=== INPUT DATA ===

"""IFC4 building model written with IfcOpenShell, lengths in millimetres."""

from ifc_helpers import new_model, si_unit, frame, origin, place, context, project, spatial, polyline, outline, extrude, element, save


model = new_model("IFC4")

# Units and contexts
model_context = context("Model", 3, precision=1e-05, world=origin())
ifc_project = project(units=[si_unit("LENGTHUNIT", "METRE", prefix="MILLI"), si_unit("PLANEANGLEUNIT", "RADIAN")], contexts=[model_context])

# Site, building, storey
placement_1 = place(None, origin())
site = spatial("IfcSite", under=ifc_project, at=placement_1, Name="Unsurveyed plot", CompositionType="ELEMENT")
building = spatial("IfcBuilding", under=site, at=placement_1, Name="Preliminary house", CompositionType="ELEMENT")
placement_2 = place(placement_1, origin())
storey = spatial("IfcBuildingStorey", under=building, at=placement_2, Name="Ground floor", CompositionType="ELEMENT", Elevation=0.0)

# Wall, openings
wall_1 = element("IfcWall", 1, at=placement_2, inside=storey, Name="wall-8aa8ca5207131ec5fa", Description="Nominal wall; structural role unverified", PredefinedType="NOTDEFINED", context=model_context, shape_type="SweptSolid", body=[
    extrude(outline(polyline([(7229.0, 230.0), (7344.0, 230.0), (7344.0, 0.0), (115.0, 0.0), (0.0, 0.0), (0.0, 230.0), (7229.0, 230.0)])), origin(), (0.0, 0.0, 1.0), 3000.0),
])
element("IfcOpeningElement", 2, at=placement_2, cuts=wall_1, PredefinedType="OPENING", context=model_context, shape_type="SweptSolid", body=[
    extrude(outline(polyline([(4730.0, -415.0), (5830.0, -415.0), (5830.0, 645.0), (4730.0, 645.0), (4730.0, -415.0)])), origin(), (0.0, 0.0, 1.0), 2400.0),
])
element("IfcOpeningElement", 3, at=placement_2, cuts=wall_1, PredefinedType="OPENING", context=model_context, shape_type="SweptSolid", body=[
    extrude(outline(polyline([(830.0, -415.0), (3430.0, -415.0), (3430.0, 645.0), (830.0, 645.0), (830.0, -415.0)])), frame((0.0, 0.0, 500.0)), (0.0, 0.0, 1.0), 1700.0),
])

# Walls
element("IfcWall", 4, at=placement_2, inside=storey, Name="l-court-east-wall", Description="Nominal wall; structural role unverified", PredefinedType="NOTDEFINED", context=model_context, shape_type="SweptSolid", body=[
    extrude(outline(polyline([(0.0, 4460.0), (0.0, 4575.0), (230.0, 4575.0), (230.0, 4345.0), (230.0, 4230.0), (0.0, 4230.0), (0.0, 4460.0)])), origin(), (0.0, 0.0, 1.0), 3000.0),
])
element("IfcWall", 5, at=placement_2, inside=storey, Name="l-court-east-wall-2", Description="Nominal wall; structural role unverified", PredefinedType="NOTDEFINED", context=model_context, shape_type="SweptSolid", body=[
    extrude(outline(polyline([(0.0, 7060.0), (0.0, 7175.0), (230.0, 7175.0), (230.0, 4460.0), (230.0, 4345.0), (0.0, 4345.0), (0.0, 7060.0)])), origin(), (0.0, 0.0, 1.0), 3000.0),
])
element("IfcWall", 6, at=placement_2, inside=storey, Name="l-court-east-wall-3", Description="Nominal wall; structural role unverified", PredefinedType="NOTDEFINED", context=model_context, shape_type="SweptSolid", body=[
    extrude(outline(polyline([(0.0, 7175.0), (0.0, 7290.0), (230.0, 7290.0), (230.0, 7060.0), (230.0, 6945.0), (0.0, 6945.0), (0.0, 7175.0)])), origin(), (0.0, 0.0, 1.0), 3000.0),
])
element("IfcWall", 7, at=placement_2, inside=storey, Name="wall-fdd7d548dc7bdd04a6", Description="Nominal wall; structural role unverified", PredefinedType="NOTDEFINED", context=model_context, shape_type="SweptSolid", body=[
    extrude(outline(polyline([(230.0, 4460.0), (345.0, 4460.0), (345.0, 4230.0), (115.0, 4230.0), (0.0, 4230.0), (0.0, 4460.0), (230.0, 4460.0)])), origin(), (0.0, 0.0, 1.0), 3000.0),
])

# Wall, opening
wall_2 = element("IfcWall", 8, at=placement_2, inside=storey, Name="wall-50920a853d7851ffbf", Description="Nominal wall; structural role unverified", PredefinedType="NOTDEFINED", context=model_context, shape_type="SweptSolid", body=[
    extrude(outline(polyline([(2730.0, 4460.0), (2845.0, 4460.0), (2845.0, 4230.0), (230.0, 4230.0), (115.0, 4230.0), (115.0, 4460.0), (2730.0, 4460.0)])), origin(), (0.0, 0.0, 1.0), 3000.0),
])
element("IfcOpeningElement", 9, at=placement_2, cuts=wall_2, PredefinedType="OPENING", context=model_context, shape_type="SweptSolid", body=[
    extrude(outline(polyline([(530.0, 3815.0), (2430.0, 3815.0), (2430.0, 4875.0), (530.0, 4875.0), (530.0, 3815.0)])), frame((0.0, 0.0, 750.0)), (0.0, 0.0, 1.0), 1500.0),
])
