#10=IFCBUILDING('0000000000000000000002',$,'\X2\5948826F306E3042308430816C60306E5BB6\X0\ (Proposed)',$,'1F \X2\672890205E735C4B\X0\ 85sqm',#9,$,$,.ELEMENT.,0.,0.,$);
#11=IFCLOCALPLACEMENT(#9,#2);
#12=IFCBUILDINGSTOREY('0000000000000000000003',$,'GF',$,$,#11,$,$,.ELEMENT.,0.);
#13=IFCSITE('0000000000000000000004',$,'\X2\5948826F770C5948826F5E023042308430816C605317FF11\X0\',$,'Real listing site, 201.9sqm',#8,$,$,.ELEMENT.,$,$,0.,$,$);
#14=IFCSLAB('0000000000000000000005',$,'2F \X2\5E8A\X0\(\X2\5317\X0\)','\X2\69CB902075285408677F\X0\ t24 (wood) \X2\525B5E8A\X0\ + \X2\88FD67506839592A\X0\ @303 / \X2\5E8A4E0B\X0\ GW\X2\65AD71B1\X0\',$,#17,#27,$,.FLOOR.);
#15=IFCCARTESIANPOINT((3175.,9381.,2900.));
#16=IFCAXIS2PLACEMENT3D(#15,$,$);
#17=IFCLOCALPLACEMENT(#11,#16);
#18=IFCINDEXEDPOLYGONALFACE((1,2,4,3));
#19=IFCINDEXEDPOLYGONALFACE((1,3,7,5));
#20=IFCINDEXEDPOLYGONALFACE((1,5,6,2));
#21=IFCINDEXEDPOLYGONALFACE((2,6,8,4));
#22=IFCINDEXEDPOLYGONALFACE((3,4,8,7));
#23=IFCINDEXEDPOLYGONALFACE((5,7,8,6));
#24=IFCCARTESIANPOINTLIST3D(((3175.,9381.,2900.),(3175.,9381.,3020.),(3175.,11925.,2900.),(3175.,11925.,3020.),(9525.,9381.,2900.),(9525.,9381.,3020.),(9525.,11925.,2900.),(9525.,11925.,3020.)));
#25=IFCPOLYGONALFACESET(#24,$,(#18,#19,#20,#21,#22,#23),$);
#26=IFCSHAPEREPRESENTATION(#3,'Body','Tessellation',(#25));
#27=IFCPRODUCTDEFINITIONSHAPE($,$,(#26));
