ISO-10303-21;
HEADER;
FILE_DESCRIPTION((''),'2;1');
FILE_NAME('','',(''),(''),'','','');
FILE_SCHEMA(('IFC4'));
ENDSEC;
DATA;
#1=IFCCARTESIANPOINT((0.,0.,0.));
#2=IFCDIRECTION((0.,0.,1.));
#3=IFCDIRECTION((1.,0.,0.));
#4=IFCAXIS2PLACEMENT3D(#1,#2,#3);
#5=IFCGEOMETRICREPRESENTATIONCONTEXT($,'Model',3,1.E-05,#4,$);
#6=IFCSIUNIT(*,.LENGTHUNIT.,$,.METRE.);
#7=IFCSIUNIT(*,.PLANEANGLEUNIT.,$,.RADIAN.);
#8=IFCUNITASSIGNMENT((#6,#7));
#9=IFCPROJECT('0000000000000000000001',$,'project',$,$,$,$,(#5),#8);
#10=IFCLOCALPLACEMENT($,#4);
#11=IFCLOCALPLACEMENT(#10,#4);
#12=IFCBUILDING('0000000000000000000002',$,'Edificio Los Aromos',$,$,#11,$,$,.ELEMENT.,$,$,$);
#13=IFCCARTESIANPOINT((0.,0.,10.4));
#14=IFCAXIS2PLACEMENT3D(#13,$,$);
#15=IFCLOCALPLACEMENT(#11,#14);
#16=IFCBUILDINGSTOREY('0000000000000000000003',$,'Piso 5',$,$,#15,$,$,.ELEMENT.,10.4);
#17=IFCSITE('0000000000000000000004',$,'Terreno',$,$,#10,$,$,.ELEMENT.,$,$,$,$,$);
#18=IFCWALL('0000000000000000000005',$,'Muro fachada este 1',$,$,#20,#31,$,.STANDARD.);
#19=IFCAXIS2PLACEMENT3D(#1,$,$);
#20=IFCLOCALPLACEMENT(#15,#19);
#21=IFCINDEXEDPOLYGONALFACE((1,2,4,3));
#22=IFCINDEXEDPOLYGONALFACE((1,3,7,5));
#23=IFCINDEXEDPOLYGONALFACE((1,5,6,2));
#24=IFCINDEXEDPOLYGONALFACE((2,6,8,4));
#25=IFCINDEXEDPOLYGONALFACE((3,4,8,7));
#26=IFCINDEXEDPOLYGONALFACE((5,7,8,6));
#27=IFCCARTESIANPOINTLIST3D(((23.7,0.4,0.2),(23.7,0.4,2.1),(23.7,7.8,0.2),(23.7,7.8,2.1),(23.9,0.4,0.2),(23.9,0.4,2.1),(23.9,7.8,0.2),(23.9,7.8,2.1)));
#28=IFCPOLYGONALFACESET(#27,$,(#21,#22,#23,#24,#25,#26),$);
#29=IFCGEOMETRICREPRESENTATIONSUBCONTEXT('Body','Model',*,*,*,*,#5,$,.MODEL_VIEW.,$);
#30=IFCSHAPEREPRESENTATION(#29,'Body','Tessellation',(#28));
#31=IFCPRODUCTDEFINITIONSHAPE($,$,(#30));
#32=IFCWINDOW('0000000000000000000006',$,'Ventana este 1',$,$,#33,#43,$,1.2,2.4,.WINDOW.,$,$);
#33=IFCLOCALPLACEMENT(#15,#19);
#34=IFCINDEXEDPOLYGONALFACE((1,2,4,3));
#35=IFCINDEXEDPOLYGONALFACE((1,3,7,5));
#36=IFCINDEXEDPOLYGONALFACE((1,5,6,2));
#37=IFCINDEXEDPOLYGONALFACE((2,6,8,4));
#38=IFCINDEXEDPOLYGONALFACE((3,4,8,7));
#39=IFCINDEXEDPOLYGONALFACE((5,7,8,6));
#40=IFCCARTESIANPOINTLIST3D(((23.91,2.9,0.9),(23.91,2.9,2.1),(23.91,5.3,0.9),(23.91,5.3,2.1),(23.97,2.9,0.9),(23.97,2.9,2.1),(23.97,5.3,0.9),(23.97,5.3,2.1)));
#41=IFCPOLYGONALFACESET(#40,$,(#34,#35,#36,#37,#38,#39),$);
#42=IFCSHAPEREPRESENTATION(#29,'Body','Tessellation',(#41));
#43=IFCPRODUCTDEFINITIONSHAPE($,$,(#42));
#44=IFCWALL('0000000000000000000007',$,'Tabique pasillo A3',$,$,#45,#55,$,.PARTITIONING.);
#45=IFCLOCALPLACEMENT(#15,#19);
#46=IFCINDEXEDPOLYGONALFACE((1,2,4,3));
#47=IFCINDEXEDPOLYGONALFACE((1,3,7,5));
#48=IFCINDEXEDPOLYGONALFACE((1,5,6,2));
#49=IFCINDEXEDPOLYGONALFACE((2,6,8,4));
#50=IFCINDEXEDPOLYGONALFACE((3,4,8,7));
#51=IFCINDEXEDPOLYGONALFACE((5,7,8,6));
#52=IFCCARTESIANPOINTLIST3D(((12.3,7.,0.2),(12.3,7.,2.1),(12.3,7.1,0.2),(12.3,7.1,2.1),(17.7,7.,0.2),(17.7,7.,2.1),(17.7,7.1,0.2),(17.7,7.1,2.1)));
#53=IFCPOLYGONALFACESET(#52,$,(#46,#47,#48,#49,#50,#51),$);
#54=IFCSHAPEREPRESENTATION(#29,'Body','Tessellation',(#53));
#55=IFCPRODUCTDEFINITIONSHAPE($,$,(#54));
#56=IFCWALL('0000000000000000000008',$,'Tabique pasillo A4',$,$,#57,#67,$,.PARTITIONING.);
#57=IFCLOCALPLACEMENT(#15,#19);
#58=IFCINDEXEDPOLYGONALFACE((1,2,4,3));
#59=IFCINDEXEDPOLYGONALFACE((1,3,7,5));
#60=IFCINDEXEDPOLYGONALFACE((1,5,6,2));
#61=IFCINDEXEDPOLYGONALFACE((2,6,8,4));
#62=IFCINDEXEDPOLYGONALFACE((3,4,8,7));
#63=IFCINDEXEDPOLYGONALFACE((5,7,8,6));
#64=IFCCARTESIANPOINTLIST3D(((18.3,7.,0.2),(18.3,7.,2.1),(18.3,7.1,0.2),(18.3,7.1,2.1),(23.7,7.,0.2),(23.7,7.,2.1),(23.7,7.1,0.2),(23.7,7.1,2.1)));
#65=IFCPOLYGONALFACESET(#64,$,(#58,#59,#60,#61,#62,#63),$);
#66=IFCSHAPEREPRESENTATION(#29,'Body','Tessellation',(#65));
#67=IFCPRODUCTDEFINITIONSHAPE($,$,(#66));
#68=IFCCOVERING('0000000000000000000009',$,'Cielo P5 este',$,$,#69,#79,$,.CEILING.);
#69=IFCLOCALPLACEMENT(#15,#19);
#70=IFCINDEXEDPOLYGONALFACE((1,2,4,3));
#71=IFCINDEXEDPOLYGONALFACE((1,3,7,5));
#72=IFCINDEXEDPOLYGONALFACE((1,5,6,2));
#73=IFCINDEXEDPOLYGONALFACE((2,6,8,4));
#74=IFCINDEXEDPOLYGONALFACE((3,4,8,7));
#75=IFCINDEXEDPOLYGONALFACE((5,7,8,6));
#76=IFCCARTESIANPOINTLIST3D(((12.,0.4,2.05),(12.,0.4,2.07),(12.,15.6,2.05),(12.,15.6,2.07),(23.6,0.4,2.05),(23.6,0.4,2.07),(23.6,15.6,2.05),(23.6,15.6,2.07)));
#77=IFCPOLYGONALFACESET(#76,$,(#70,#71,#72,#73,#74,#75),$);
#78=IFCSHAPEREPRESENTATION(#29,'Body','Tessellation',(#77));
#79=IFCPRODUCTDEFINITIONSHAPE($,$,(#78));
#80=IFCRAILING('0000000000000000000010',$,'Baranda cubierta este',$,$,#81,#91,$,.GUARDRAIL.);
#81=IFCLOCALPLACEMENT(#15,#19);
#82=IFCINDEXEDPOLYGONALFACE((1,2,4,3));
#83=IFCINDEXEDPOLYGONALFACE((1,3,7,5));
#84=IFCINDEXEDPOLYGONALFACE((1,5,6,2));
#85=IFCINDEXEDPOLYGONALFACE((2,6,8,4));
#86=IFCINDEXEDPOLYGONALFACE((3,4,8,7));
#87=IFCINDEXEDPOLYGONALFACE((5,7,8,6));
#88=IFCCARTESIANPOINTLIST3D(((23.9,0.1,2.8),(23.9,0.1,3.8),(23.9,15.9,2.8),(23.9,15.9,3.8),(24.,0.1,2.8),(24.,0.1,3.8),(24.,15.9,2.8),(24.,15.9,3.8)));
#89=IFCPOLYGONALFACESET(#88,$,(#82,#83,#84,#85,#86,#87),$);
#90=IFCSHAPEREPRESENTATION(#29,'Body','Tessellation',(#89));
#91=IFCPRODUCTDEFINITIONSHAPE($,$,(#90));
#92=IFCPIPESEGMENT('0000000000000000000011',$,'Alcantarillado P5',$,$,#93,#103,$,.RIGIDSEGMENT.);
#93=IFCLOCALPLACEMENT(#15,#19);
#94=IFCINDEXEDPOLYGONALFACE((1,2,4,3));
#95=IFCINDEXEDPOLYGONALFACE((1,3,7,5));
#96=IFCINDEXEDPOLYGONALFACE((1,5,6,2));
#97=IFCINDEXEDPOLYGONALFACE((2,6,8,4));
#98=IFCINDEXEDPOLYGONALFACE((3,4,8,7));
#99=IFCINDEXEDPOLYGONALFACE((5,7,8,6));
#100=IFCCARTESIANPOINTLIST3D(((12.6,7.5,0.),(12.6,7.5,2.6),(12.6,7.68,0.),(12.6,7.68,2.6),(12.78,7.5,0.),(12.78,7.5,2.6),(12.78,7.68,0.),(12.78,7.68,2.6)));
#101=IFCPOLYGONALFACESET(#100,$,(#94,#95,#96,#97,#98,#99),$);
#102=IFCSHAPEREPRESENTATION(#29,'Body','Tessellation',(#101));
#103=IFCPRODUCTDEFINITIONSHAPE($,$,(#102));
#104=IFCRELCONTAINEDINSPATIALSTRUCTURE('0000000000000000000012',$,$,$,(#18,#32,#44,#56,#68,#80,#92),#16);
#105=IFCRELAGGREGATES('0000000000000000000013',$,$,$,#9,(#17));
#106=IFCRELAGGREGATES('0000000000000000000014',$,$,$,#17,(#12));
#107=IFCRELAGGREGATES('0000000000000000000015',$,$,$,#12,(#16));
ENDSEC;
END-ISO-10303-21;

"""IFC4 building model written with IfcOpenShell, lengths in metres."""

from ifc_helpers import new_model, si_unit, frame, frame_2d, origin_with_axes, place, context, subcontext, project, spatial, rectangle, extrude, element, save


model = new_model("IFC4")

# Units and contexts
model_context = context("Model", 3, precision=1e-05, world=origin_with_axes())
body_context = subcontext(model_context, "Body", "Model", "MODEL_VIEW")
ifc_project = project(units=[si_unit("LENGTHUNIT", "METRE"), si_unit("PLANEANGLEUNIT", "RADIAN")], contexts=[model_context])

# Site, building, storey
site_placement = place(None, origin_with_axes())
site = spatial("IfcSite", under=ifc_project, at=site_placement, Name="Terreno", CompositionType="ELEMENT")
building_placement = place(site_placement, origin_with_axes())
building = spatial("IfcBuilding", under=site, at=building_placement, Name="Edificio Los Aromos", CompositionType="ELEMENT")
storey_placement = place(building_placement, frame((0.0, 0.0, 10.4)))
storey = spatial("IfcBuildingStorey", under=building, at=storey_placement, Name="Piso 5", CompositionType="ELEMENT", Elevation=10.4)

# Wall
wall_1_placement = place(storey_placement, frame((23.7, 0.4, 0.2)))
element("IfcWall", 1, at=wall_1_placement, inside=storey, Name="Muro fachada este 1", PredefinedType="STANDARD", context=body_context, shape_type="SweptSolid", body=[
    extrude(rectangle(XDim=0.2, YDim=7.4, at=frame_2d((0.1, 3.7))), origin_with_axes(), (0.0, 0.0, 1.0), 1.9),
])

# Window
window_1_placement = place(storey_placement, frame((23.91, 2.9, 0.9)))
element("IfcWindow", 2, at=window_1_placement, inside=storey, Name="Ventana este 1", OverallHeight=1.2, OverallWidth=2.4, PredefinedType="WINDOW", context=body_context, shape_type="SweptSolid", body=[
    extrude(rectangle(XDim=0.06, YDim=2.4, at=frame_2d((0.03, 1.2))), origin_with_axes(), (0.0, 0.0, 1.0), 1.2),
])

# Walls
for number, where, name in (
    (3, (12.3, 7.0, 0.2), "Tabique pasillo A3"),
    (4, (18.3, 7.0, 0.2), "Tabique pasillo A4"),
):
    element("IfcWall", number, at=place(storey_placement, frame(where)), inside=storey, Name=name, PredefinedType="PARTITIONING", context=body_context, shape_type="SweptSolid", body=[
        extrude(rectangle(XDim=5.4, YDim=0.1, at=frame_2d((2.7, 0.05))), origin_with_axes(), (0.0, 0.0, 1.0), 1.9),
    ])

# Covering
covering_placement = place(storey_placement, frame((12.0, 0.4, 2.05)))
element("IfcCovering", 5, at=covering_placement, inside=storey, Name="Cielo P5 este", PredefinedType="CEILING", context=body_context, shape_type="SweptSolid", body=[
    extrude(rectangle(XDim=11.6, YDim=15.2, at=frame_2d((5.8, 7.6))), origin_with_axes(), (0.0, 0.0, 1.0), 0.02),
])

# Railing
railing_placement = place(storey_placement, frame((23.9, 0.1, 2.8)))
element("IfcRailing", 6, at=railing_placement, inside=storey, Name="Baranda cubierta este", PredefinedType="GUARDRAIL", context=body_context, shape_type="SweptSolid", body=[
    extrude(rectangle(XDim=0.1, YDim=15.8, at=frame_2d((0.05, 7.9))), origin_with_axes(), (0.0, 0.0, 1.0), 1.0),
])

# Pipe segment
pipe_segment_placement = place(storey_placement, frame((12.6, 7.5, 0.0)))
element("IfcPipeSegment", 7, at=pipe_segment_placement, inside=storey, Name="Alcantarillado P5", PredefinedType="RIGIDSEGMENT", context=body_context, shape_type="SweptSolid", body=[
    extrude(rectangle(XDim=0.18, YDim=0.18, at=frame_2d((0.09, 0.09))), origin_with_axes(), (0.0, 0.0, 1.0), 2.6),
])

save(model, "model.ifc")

===
=== INPUT DATA ===

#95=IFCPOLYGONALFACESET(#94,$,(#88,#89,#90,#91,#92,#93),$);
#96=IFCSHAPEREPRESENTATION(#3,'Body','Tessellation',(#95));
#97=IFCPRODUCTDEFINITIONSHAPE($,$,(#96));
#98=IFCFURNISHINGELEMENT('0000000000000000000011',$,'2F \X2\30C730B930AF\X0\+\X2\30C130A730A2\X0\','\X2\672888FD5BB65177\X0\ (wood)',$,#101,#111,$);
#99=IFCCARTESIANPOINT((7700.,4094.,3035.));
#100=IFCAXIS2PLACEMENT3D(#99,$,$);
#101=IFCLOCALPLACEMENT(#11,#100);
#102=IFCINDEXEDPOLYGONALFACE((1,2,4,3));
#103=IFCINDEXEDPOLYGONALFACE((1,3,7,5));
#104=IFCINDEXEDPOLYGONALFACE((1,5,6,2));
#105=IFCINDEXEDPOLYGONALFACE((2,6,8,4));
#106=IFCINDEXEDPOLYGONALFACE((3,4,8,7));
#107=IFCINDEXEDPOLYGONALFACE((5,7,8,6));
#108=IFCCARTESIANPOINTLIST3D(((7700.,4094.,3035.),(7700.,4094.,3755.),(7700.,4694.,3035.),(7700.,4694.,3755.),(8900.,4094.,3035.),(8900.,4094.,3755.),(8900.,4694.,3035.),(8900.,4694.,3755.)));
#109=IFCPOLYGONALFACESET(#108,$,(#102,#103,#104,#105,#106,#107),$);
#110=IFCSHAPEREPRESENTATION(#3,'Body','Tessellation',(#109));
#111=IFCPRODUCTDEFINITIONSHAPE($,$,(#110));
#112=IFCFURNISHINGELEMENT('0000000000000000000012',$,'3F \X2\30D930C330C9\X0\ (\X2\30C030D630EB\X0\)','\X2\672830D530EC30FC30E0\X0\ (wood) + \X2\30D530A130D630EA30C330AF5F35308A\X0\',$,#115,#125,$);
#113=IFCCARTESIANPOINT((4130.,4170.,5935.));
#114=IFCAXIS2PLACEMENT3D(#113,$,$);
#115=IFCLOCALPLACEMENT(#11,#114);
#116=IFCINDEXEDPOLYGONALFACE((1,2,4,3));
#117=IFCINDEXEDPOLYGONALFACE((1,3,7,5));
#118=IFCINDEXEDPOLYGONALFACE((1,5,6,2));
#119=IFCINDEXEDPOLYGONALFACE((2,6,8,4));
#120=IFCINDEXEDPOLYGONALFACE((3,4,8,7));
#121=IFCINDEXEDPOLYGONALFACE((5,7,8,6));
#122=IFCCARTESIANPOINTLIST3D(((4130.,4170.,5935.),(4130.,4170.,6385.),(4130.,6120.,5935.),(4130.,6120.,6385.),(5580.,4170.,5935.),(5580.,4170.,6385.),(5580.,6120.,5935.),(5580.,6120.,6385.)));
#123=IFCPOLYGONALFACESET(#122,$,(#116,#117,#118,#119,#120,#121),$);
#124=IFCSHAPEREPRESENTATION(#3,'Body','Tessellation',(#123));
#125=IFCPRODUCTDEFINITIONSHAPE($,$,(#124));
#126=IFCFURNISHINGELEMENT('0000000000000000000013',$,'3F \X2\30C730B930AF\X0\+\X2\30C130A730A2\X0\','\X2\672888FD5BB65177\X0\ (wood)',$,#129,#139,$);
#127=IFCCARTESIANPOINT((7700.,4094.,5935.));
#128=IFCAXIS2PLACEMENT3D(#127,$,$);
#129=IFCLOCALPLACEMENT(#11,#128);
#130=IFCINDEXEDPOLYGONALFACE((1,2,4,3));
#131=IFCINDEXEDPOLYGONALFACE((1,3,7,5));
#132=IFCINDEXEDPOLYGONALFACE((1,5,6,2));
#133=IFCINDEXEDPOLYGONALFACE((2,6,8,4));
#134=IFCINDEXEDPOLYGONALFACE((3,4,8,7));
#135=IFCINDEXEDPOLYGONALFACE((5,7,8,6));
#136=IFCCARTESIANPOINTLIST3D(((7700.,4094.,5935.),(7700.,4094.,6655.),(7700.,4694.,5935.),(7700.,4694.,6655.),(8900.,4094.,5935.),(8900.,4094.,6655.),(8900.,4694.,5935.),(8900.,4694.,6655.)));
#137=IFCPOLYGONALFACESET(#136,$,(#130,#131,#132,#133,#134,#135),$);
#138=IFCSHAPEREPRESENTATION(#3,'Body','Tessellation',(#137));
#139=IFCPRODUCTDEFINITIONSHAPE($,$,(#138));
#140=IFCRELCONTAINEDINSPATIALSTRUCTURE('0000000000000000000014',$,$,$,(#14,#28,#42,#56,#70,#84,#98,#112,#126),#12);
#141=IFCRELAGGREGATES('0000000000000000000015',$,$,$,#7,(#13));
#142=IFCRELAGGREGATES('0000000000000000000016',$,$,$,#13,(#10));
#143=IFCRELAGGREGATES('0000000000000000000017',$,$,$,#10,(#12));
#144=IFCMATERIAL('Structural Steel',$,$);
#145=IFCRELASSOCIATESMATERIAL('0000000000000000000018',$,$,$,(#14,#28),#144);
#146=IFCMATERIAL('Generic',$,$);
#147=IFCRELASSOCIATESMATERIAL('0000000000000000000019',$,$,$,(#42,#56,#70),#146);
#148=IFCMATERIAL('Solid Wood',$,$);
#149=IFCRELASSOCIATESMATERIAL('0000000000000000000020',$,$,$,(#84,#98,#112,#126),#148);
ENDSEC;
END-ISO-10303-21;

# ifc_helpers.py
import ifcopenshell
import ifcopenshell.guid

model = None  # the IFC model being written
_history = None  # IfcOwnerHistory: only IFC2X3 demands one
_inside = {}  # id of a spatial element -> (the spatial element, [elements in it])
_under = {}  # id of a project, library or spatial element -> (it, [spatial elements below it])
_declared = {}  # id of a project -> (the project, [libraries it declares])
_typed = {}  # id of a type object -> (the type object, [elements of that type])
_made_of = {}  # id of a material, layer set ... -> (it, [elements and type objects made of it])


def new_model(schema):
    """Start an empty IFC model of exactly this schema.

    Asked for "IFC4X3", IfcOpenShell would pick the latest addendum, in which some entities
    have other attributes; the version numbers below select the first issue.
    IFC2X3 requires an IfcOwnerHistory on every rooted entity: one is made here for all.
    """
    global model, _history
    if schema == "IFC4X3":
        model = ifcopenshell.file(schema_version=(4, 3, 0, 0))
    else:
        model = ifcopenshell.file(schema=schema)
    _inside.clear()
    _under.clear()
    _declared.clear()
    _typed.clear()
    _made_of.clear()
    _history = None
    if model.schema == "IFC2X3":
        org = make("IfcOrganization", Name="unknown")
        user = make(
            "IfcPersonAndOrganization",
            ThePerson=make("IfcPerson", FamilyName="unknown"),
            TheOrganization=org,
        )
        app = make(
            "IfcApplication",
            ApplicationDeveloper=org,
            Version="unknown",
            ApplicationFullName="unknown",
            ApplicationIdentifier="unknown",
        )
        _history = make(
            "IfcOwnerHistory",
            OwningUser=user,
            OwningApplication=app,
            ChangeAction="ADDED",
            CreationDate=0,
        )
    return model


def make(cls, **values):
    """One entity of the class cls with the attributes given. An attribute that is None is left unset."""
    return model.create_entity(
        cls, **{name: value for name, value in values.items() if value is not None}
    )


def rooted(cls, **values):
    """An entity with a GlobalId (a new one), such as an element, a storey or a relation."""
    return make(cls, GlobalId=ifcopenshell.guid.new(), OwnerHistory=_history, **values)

===

Lines holding the string "below" in the records: how many are there? Give only the number.

2